══ Available data
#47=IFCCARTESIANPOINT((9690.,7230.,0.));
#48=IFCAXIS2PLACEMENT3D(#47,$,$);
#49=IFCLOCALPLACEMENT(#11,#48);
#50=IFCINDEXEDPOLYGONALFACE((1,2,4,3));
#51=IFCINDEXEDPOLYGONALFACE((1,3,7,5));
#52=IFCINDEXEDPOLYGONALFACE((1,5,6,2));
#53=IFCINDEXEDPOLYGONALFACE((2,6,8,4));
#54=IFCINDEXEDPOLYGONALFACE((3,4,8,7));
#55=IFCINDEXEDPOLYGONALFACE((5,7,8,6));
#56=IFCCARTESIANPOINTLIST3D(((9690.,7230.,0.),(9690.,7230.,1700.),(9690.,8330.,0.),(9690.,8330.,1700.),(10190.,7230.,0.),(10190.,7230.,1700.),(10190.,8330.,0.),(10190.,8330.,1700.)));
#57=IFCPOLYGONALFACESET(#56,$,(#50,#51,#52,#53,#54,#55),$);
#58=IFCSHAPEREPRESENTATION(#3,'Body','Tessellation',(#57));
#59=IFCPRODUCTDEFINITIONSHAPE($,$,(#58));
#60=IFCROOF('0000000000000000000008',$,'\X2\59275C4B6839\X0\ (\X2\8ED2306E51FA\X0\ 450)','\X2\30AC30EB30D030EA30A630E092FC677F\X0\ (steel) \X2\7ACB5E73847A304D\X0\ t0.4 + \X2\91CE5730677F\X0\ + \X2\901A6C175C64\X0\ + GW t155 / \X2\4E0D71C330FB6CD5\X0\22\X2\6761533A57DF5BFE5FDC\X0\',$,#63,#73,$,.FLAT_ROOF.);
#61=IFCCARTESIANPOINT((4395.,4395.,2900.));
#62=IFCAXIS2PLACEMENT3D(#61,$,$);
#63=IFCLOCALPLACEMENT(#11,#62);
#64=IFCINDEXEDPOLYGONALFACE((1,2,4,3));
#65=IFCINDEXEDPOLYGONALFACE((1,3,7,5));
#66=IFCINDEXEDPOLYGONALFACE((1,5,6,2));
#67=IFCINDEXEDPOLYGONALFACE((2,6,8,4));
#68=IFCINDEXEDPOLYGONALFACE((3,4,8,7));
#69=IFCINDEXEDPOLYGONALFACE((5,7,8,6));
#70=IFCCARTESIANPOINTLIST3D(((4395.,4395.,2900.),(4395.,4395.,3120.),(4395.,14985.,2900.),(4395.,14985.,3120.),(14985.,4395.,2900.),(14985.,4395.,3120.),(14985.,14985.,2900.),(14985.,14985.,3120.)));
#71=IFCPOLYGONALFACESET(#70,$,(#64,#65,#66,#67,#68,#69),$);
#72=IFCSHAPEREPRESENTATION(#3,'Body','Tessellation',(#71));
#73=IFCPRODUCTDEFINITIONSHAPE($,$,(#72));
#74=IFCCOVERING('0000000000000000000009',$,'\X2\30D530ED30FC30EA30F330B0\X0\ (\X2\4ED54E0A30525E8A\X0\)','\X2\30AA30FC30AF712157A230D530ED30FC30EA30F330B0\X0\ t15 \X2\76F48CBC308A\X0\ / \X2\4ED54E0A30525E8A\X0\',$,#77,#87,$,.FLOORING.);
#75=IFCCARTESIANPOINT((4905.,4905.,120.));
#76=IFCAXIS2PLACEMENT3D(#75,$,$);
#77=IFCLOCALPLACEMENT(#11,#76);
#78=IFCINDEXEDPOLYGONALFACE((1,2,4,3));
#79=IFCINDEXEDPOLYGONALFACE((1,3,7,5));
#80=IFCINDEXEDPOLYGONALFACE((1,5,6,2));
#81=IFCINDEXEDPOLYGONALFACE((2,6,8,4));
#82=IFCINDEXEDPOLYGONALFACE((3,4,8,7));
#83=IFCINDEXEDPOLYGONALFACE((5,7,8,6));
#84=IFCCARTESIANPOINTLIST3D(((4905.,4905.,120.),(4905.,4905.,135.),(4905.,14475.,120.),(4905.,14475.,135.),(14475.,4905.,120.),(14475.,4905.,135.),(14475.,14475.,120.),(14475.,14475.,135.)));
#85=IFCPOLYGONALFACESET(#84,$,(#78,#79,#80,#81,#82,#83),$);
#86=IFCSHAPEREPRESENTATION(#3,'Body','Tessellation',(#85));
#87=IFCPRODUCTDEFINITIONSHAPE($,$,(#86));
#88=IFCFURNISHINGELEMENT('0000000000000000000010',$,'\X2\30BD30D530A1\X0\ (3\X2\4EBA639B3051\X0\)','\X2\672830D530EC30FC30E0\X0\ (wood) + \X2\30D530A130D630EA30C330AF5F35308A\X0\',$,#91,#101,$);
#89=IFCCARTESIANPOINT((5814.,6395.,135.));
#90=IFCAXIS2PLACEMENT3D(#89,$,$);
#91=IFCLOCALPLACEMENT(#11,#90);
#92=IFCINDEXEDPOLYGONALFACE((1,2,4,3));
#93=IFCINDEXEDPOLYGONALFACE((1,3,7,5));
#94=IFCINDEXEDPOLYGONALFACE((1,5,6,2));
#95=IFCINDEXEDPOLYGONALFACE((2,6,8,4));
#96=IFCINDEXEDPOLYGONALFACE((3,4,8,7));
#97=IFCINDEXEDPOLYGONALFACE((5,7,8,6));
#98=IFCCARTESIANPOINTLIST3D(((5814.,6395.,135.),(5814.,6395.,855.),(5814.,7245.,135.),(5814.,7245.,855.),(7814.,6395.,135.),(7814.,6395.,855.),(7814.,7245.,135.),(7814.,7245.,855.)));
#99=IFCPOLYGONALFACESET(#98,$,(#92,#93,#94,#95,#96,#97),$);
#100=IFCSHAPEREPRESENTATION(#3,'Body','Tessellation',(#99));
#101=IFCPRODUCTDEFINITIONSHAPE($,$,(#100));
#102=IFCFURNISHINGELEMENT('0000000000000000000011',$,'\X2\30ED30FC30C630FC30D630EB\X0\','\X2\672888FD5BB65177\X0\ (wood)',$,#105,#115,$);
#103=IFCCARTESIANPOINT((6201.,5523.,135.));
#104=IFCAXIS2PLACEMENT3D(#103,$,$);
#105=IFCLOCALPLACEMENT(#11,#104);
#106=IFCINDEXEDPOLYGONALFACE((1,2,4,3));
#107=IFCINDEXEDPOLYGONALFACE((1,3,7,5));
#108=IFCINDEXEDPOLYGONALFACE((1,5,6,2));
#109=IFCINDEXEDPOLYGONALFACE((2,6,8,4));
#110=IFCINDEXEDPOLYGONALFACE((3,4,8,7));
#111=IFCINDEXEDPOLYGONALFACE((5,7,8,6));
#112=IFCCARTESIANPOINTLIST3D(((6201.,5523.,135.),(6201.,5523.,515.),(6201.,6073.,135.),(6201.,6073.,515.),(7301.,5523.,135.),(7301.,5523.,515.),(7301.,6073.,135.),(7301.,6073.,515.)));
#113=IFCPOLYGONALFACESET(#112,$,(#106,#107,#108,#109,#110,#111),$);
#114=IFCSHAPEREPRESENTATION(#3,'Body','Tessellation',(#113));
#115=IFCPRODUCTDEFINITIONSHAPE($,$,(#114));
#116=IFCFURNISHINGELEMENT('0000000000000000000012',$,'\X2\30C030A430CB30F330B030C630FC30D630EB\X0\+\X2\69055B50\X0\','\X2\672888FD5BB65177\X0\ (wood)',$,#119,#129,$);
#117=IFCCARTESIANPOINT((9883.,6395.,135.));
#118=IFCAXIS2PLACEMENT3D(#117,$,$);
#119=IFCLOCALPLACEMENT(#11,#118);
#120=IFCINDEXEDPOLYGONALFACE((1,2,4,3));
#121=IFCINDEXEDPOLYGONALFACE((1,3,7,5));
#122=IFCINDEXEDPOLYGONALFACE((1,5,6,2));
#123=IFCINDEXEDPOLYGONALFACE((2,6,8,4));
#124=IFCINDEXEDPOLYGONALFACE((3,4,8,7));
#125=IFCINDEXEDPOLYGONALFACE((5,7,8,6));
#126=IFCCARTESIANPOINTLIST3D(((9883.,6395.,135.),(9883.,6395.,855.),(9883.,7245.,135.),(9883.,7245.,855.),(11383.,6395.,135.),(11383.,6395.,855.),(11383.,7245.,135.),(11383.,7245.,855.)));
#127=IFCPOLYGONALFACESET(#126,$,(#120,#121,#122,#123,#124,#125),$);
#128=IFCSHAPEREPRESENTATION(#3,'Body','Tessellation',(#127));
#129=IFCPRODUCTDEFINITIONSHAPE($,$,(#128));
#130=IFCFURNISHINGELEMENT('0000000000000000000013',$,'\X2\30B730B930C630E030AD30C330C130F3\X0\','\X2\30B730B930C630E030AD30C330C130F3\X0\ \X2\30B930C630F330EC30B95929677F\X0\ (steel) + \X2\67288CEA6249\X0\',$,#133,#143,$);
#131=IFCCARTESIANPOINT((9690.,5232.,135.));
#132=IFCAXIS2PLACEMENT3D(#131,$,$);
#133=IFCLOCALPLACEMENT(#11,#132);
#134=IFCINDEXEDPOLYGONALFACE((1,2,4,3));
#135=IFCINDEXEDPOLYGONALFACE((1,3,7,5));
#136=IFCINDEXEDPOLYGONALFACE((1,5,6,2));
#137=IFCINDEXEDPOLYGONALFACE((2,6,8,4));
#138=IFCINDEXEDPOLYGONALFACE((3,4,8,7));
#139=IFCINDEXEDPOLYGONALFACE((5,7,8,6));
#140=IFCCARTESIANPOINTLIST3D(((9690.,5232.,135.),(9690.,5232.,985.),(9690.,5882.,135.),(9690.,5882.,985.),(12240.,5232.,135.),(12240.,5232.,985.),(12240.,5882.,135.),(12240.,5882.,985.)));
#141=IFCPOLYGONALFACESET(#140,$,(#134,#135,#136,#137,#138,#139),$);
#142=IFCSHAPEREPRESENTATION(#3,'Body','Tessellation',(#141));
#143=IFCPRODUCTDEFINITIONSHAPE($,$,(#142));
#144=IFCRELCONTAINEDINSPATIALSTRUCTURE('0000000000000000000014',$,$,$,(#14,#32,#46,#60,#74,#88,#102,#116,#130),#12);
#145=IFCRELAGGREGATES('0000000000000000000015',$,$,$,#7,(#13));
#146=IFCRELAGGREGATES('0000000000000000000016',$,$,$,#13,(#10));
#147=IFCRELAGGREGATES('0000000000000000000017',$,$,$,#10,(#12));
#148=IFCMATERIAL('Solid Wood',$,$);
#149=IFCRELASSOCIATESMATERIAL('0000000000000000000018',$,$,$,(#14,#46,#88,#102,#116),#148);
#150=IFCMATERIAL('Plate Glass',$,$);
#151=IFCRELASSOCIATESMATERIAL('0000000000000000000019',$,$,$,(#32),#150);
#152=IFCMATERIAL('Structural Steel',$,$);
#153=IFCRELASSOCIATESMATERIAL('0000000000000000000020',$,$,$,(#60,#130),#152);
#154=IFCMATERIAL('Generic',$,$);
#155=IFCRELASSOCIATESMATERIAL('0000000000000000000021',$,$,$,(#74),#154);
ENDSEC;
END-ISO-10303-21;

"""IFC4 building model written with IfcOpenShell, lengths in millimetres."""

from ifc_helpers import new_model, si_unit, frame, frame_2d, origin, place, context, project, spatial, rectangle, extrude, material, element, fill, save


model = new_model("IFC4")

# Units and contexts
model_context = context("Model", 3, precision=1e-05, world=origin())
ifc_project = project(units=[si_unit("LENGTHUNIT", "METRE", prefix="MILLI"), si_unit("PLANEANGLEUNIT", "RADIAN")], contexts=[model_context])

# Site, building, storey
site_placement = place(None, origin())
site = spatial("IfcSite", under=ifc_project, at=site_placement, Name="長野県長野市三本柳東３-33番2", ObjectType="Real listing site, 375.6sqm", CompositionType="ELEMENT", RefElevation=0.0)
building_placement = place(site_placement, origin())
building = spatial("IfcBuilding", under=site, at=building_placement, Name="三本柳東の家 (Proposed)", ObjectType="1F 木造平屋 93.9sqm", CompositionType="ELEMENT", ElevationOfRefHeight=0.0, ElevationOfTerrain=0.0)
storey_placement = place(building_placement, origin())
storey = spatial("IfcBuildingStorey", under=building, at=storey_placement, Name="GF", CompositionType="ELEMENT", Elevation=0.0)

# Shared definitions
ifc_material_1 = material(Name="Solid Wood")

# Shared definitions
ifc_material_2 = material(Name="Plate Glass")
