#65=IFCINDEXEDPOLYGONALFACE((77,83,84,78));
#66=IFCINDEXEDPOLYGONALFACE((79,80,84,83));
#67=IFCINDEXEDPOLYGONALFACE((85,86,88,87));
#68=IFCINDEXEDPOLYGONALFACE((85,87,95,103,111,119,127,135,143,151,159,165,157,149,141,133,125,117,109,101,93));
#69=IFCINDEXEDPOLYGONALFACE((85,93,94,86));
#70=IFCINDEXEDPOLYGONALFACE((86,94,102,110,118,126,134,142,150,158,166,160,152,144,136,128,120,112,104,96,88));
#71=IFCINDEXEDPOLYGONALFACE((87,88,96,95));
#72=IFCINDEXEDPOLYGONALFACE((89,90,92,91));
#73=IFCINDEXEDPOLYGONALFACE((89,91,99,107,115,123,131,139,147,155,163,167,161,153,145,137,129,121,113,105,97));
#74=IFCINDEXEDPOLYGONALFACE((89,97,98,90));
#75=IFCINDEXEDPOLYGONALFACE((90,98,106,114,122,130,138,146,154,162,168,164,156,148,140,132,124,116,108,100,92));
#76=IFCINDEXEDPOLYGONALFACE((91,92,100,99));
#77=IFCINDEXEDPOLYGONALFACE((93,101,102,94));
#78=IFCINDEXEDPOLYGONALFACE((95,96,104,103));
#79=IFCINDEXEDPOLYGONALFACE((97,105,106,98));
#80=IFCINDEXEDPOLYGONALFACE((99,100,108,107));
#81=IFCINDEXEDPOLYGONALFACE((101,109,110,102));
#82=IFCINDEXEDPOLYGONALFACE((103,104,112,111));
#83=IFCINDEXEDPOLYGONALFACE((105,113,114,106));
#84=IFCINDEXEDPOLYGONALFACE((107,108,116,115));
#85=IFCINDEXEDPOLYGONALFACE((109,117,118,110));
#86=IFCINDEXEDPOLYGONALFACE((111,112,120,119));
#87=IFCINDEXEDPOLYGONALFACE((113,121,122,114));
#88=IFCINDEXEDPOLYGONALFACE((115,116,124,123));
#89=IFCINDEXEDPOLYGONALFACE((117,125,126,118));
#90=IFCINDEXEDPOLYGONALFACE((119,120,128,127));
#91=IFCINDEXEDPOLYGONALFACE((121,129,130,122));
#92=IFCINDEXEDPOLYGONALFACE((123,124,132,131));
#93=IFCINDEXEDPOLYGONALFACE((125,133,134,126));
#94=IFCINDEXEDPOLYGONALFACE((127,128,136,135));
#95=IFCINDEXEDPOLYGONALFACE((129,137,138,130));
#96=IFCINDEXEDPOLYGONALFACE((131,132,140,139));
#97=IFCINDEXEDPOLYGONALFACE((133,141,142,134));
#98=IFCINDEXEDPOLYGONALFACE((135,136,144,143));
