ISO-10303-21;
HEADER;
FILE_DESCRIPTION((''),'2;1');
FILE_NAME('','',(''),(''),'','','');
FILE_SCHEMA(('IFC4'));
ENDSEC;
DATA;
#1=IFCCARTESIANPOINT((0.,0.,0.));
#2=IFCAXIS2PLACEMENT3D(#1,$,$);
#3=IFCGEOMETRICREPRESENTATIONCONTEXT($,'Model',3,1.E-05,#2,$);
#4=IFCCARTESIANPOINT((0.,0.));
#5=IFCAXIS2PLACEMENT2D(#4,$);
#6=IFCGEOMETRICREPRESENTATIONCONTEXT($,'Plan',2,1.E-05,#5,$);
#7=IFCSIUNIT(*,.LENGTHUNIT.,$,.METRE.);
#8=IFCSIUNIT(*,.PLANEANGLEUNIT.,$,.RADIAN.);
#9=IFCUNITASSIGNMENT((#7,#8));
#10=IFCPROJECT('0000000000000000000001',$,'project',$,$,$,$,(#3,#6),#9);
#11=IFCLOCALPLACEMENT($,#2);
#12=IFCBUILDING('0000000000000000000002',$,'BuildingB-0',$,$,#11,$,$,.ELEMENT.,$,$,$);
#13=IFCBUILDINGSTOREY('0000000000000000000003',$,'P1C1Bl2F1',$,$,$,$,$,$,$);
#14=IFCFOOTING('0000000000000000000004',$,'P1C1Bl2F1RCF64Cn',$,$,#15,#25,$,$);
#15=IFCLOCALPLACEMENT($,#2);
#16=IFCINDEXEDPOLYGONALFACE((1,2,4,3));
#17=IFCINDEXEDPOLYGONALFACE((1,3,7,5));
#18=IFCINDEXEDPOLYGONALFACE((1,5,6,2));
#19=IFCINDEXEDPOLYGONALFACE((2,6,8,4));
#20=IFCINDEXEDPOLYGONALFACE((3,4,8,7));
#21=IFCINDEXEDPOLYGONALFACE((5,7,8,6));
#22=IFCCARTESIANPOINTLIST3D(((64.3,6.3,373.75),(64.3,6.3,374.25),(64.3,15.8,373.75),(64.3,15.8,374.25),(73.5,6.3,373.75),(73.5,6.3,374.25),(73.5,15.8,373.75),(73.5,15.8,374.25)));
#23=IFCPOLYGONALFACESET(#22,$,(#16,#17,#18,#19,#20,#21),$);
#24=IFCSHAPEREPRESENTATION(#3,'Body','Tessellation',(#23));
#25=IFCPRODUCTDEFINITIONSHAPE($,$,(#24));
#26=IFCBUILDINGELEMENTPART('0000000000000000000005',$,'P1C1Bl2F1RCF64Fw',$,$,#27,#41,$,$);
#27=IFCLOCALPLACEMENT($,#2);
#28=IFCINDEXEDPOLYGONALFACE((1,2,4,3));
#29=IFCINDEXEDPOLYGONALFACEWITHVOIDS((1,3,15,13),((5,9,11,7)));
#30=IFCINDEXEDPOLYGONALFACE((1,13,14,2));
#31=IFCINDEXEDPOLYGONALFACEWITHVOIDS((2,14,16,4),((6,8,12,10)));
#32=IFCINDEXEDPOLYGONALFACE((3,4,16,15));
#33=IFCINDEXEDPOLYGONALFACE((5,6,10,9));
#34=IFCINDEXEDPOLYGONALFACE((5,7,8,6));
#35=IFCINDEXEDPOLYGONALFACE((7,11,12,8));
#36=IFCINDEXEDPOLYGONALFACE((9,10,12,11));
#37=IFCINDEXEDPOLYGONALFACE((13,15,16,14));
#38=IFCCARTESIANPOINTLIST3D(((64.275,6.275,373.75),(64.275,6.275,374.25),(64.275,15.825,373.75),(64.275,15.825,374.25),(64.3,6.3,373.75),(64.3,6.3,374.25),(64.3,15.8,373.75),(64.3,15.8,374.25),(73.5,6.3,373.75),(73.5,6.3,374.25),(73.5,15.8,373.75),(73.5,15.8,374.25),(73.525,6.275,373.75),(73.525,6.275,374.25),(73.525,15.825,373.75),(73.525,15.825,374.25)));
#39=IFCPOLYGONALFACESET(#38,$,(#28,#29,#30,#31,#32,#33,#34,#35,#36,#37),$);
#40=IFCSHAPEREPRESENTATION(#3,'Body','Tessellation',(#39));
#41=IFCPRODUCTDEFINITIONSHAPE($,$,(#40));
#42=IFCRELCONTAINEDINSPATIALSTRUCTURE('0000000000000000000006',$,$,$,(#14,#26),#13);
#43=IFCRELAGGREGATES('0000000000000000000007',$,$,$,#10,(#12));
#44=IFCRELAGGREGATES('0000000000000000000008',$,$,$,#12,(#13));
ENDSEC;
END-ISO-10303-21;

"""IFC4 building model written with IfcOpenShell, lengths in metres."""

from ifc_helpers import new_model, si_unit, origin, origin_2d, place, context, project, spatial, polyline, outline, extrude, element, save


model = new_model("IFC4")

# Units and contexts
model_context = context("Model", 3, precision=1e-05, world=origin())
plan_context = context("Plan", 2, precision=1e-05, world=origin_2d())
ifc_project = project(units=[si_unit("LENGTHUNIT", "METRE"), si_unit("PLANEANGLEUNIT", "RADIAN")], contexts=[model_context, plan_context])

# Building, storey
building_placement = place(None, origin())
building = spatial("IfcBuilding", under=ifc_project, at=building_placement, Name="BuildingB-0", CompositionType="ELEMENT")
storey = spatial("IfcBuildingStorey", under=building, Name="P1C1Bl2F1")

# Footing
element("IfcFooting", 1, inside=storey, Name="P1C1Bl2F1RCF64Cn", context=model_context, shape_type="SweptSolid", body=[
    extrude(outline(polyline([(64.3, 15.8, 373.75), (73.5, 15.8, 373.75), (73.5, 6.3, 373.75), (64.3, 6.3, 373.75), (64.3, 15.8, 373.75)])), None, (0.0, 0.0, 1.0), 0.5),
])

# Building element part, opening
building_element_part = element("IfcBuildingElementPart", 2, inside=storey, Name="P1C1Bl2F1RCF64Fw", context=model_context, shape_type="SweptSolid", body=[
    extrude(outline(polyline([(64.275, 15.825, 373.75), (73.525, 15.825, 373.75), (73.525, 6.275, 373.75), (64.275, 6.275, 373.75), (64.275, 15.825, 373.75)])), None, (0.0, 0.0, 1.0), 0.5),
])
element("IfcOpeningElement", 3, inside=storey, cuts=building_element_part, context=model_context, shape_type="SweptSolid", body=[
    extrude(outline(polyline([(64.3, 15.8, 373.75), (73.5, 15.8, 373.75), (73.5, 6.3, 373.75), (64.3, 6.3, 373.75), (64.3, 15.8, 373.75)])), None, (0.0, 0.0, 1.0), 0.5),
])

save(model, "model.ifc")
════
Reproduce, word for word and in full, only the lines above that start at the line with "#69=IFCINDEXEDPOLYGONALFACE((85,93,94,86));" and run through the line with "#77=IFCINDEXEDPOLYGONALFACE((93,101,102,94));", both ends included.

Solution for this task:
#69=IFCINDEXEDPOLYGONALFACE((85,93,94,86));
#70=IFCINDEXEDPOLYGONALFACE((86,94,102,110,118,126,134,142,150,158,166,160,152,144,136,128,120,112,104,96,88));
#71=IFCINDEXEDPOLYGONALFACE((87,88,96,95));
#72=IFCINDEXEDPOLYGONALFACE((89,90,92,91));
#73=IFCINDEXEDPOLYGONALFACE((89,91,99,107,115,123,131,139,147,155,163,167,161,153,145,137,129,121,113,105,97));
#74=IFCINDEXEDPOLYGONALFACE((89,97,98,90));
#75=IFCINDEXEDPOLYGONALFACE((90,98,106,114,122,130,138,146,154,162,168,164,156,148,140,132,124,116,108,100,92));
#76=IFCINDEXEDPOLYGONALFACE((91,92,100,99));
#77=IFCINDEXEDPOLYGONALFACE((93,101,102,94));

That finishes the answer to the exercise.